Overview
You are experiencing high CPU usage on the Exinda and see "Error retrieving data' messages. There are over 100 missing tables in MySQL. Reports are also not generating.
You may be experiencing the following error messages from report configuration failures, server is locked out with Watchdog restarting the server, mysql fails to terminate, and there are signs of database corruption.

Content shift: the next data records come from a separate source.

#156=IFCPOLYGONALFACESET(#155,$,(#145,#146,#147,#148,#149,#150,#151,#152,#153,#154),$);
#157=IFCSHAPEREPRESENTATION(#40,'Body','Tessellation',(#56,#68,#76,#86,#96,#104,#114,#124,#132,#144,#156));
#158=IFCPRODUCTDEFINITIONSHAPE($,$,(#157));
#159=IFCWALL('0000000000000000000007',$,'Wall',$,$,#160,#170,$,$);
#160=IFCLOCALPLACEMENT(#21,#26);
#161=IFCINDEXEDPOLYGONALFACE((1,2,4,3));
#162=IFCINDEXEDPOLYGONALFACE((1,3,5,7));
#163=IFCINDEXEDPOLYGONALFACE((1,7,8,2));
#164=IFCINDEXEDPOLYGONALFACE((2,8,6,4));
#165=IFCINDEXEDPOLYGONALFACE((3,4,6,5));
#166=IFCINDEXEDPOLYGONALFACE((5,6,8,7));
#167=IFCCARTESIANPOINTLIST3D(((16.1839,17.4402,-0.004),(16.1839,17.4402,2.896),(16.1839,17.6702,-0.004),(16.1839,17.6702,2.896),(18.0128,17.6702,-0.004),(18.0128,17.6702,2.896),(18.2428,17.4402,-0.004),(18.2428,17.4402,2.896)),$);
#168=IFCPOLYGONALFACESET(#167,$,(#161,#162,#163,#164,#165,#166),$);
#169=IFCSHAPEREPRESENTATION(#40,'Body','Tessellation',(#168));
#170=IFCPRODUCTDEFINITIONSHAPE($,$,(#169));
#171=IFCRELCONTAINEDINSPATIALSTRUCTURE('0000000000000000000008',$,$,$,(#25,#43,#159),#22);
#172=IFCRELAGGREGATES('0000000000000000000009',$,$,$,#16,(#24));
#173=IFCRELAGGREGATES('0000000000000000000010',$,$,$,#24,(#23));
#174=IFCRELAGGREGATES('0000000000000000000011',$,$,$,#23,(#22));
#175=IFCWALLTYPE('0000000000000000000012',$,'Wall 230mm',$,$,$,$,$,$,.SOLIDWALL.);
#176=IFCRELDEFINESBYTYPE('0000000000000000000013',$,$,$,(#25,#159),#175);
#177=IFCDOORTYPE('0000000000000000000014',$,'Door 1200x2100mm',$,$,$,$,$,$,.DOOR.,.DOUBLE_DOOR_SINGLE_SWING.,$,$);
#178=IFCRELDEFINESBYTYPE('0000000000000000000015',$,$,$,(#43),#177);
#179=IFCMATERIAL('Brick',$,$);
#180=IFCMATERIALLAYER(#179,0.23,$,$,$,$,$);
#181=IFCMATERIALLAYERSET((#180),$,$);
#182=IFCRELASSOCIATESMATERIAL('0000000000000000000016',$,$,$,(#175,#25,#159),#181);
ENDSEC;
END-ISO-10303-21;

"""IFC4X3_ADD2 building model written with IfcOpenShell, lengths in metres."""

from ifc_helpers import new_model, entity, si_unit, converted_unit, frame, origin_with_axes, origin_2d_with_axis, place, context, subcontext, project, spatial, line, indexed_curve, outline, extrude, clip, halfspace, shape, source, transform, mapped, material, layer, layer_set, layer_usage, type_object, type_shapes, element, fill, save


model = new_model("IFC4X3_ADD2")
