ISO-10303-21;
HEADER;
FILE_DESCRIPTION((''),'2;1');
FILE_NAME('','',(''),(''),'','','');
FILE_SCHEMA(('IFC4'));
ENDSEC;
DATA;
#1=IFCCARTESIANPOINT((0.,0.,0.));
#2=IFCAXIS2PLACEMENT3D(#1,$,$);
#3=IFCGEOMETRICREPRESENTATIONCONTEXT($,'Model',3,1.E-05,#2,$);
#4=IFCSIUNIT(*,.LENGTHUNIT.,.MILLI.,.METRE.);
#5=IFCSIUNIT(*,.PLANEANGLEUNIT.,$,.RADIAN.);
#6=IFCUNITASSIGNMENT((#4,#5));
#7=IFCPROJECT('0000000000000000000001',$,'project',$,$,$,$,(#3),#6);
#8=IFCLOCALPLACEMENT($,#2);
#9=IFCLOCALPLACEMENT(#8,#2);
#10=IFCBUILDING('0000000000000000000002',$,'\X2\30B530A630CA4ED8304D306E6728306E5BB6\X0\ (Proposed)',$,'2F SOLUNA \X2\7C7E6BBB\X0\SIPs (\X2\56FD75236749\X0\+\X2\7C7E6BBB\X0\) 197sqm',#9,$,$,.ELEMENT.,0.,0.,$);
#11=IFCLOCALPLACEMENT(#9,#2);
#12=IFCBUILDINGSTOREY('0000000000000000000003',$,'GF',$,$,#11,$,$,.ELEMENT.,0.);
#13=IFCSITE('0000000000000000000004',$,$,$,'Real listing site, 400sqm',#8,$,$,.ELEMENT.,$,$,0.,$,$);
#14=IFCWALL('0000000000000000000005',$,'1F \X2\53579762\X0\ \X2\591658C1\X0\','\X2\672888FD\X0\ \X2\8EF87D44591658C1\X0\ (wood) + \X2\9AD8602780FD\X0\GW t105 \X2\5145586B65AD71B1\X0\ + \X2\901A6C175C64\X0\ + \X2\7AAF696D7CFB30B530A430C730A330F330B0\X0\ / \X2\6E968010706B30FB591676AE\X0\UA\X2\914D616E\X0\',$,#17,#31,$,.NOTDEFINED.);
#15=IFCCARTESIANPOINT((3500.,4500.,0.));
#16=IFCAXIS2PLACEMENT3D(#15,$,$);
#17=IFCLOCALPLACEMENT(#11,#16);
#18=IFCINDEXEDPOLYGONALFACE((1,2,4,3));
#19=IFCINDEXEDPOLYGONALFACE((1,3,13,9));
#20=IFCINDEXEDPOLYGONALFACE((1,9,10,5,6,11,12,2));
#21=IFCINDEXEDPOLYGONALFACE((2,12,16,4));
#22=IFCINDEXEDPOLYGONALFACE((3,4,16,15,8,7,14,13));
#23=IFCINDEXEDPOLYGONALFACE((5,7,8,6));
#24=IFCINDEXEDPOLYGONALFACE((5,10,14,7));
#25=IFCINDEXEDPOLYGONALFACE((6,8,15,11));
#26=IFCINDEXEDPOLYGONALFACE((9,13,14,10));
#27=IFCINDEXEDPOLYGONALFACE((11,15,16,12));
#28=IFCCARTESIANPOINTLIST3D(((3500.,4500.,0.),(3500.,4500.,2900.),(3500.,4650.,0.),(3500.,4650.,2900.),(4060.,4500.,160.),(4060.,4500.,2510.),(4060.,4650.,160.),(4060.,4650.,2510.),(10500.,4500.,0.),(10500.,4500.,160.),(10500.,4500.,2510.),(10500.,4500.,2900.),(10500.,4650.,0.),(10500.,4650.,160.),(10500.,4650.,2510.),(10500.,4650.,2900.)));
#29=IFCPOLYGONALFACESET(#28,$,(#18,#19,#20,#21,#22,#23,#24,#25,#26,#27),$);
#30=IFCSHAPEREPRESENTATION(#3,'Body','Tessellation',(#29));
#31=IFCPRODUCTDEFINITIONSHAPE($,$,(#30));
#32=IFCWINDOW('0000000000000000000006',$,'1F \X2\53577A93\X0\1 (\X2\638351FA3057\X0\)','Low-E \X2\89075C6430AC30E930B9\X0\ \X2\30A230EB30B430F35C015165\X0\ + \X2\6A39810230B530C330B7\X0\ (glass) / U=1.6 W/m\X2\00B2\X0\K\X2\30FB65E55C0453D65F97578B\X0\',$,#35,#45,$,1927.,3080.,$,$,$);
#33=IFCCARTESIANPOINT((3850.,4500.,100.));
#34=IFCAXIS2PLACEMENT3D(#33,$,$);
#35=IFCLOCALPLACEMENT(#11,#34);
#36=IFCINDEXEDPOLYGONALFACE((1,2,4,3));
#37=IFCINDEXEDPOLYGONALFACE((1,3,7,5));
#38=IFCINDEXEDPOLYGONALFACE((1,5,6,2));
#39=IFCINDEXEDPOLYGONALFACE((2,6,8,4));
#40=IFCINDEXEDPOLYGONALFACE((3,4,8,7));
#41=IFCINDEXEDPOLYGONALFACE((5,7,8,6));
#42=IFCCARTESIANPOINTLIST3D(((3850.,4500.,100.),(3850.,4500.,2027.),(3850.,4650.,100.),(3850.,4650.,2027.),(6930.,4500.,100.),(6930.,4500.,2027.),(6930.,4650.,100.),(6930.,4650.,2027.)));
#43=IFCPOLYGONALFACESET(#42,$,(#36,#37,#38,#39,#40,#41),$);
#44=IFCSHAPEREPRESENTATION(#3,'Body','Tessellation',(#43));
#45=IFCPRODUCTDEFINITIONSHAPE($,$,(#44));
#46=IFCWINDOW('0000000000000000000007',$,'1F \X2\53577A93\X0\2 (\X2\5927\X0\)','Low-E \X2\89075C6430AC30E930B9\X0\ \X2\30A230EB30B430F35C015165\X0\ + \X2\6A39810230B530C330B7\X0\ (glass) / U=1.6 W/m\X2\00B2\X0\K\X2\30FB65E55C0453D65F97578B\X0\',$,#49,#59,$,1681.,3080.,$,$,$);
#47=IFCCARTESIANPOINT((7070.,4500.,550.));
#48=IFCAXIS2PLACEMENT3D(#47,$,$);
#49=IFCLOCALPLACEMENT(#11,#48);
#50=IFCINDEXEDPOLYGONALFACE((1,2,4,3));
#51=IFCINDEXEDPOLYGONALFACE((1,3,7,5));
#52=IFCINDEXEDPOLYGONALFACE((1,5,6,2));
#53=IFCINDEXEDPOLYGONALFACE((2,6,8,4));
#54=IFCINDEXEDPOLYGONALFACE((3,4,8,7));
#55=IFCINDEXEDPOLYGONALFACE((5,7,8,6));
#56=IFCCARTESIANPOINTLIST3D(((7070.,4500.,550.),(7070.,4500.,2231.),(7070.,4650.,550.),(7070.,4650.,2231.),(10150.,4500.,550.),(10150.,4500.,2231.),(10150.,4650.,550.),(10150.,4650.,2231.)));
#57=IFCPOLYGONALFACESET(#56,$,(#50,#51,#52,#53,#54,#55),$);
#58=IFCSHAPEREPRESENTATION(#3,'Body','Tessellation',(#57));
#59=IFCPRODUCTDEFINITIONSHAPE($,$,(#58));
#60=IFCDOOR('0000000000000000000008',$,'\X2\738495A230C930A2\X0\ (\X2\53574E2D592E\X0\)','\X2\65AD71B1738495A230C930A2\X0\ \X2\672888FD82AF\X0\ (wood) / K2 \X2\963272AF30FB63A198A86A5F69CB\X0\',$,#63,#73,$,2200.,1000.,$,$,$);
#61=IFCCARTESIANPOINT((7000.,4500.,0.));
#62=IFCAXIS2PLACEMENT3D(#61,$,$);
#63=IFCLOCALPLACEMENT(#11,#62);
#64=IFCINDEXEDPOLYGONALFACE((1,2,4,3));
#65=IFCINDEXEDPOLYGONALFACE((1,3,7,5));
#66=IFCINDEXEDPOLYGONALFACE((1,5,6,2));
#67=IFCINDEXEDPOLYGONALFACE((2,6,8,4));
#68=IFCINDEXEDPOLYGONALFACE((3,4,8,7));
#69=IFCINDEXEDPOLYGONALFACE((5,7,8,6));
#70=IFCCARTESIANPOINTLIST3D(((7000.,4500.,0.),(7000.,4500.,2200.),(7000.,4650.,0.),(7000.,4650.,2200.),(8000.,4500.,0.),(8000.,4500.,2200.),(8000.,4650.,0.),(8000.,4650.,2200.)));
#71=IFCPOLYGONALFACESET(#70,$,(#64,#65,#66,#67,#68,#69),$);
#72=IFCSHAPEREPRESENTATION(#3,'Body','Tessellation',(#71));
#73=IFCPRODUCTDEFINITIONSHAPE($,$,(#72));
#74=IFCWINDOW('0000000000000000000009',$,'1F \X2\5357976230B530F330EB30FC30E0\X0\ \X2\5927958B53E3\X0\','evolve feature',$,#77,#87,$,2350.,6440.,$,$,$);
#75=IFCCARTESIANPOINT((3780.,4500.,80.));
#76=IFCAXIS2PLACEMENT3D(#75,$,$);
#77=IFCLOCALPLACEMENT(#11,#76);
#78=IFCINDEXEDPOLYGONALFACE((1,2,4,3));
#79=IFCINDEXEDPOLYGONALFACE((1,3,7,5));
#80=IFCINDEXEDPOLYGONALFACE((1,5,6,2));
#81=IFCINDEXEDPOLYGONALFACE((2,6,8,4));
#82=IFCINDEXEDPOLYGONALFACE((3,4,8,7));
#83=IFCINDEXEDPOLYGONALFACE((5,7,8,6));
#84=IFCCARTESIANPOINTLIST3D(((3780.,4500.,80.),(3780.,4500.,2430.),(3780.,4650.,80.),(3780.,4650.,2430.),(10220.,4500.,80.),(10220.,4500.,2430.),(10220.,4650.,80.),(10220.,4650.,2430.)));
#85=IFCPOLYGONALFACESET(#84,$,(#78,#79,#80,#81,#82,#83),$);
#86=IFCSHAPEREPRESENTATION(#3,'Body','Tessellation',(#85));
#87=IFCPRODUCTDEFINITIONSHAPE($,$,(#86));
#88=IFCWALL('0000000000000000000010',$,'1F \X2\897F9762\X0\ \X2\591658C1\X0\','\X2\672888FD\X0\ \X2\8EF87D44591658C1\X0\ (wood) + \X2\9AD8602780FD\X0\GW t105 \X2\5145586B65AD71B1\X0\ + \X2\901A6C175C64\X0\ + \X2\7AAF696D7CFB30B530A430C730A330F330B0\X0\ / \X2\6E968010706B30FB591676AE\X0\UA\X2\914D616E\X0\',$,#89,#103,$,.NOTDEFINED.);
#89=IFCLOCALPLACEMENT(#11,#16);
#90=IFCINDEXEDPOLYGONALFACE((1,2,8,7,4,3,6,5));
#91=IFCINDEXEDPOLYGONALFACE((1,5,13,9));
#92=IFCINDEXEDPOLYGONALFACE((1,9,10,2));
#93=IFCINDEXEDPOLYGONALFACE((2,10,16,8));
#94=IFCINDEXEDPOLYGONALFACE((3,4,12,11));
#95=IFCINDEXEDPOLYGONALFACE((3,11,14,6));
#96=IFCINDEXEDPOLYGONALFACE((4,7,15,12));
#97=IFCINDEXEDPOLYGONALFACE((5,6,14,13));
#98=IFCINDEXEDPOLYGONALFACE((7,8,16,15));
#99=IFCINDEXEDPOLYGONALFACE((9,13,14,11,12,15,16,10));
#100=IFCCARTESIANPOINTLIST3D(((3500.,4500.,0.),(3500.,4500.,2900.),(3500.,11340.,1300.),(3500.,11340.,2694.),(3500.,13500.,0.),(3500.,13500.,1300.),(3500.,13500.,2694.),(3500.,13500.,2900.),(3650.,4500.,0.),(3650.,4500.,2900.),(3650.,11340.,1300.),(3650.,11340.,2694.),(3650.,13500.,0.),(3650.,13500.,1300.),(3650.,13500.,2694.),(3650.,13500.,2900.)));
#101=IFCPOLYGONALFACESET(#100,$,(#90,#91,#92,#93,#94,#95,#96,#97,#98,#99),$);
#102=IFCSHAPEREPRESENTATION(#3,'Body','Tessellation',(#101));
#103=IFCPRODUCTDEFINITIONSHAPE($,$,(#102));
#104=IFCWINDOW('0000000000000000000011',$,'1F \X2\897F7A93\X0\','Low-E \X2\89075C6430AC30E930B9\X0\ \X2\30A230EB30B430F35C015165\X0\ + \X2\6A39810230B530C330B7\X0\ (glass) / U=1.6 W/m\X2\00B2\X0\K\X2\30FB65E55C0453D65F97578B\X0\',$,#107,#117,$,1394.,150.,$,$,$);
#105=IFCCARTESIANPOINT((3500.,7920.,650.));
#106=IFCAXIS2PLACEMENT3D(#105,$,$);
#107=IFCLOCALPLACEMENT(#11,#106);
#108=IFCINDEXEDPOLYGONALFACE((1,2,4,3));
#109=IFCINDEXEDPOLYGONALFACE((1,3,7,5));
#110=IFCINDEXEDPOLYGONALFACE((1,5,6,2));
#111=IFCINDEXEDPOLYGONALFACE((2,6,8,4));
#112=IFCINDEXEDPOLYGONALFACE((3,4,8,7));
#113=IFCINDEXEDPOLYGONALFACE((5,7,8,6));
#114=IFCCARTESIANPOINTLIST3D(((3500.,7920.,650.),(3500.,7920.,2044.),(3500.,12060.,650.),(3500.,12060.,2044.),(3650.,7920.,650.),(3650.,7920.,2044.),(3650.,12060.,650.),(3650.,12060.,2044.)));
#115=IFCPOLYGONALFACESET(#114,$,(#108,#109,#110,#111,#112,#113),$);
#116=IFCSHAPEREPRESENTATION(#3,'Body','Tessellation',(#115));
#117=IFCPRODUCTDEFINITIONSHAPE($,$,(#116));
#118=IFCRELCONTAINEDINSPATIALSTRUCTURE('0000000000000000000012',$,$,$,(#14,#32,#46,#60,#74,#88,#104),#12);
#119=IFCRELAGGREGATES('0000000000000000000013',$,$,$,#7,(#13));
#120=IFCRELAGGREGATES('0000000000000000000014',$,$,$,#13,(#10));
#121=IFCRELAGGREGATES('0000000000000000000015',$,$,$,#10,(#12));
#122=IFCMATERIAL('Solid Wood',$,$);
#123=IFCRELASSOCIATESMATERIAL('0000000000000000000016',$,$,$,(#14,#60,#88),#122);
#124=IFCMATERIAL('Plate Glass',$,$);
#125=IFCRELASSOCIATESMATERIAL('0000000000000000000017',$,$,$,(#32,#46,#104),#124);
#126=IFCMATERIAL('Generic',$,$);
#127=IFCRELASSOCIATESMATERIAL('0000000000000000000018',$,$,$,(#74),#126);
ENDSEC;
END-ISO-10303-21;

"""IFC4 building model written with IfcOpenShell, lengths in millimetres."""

from ifc_helpers import new_model, si_unit, frame, frame_2d, origin, place, context, project, spatial, rectangle, extrude, material, element, fill, save


model = new_model("IFC4")

# Units and contexts
model_context = context("Model", 3, precision=1e-05, world=origin())
ifc_project = project(units=[si_unit("LENGTHUNIT", "METRE", prefix="MILLI"), si_unit("PLANEANGLEUNIT", "RADIAN")], contexts=[model_context])

# Site, building, storey
site_placement = place(None, origin())
site = spatial("IfcSite", under=ifc_project, at=site_placement, ObjectType="Real listing site, 400sqm", CompositionType="ELEMENT", RefElevation=0.0)
building_placement = place(site_placement, origin())
building = spatial("IfcBuilding", under=site, at=building_placement, Name="サウナ付きの木の家 (Proposed)", ObjectType="2F SOLUNA 籾殻SIPs (国産杉+籾殻) 197sqm", CompositionType="ELEMENT", ElevationOfRefHeight=0.0, ElevationOfTerrain=0.0)
storey_placement = place(building_placement, origin())
storey = spatial("IfcBuildingStorey", under=building, at=storey_placement, Name="GF", CompositionType="ELEMENT", Elevation=0.0)

# Shared definitions
ifc_material_1 = material(Name="Solid Wood")

# Wall, openings, windows, door
wall_1_placement = place(storey_placement, frame((3500.0, 4500.0, 0.0)))
wall_1 = element("IfcWall", 1, at=wall_1_placement, inside=storey, material=ifc_material_1, Name="1F 南面 外壁", Description="木製 軸組外壁 (wood) + 高性能GW t105 充填断熱 + 通気層 + 窯業系サイディング / 準耐火・外皮UA配慮", PredefinedType="NOTDEFINED", context=model_context, shape_type="SweptSolid", body=[
    extrude(rectangle(XDim=7000.0, YDim=150.0, at=frame_2d((3500.0, 75.0))), frame((3500.0, 4500.0, 0.0)), (0.0, 0.0, 1.0), 2900.0),
])
opening_1_placement = place(storey_placement, frame((3850.0, 4500.0, 100.0)))
opening_1 = element("IfcOpeningElement", 2, at=opening_1_placement, cuts=wall_1, PredefinedType="NOTDEFINED", context=model_context, shape_type="SweptSolid", body=[
    extrude(rectangle(XDim=3080.0, YDim=150.0, at=frame_2d((1540.0, 75.0))), frame((3850.0, 4500.0, 100.0)), (0.0, 0.0, 1.0), 1927.0),
])
opening_2_placement = place(storey_placement, frame((7070.0, 4500.0, 550.0)))
opening_2 = element("IfcOpeningElement", 3, at=opening_2_placement, cuts=wall_1, PredefinedType="NOTDEFINED", context=model_context, shape_type="SweptSolid", body=[
    extrude(rectangle(XDim=3080.0, YDim=150.0, at=frame_2d((1540.0, 75.0))), frame((7070.0, 4500.0, 550.0)), (0.0, 0.0, 1.0), 1681.0),
])
opening_3_placement = place(storey_placement, frame((7000.0, 4500.0, 0.0)))
opening_3 = element("IfcOpeningElement", 4, at=opening_3_placement, cuts=wall_1, PredefinedType="NOTDEFINED", context=model_context, shape_type="SweptSolid", body=[
    extrude(rectangle(XDim=1000.0, YDim=150.0, at=frame_2d((500.0, 75.0))), frame((7000.0, 4500.0, 0.0)), (0.0, 0.0, 1.0), 2200.0),
])
opening_4_placement = place(storey_placement, frame((3780.0, 4500.0, 80.0)))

Report configuration failures:
Jun 21 17:49:11 Exinda configd: [configd.ERR]: mdc_get_binding_children_ex(), mdc_main.c:493, build 1: Error code 14001 (unexpected NULL) returned
Jun 21 17:49:11 Exinda configd: [configd.ERR]: CPUUtilization(), alarm/AlarmManager.cpp:52, build 1: Error code 14001 (unexpected NULL) returned
Jun 21 17:49:25 Exinda httpd: [Mon Jun 21 17:49:24 2021] [warn] [client <IP address>] Timeout waiting for output from CGI script /opt/tms/lib/web/cgi-bin/launch, referer: https://<ip address>/admin/launch?script=rh&template=report-config&tabsel=pdfreport
Jun 21 18:12:49 Exinda mgmtd:[mgmtd.NOTICE]: Async: timed out getting external response for type query_request sess
Server is fully locked out and Watchdog restarts the server. There is a failure to terminate the mysqld process:
Jun 21 21:51:49 Exinda httpd[number]: [Mon Jun 21 21:51:49 2021] [notice] caught SIGTERM, shutting down
Jun 21 21:51:49 Exinda pm[number]: [pm.NOTICE] : Terminating process jboss )JBoss server responsible for serving up the AMS pages)
Jun 21 21:51:51 Exinda hardwared[number]: [hardwared.NOTICE]: SEL event : 1 | 06/22/2021 | 02:51:44 | Watchdog2 #0xca | Timer interrupt () | Asserted
Jun 21 21:51:51 Exinda hardwared[number]: [hardwared.NOTICE]: SEL event : 2 | 06/22/2021 | 02:51:44 | Watchdog2 #0xca | Time expired () | Asserted
Jun 21 21:52:28 Exinda pm[number]: [pm.NOTICE]: Terminating process mysqld
Jun 21 21:52:28 Exinda pm[number]: [pm.WARNING]: Failed to kill process mysqld (pid 2722) with SIGTERM, trying SKIGKILL next
Jun 21 21:52:28 Exinda pm[number]: [pm.NOTICE] Process mysqld (pid 2722) terminated from signal 9 (SIGKILL)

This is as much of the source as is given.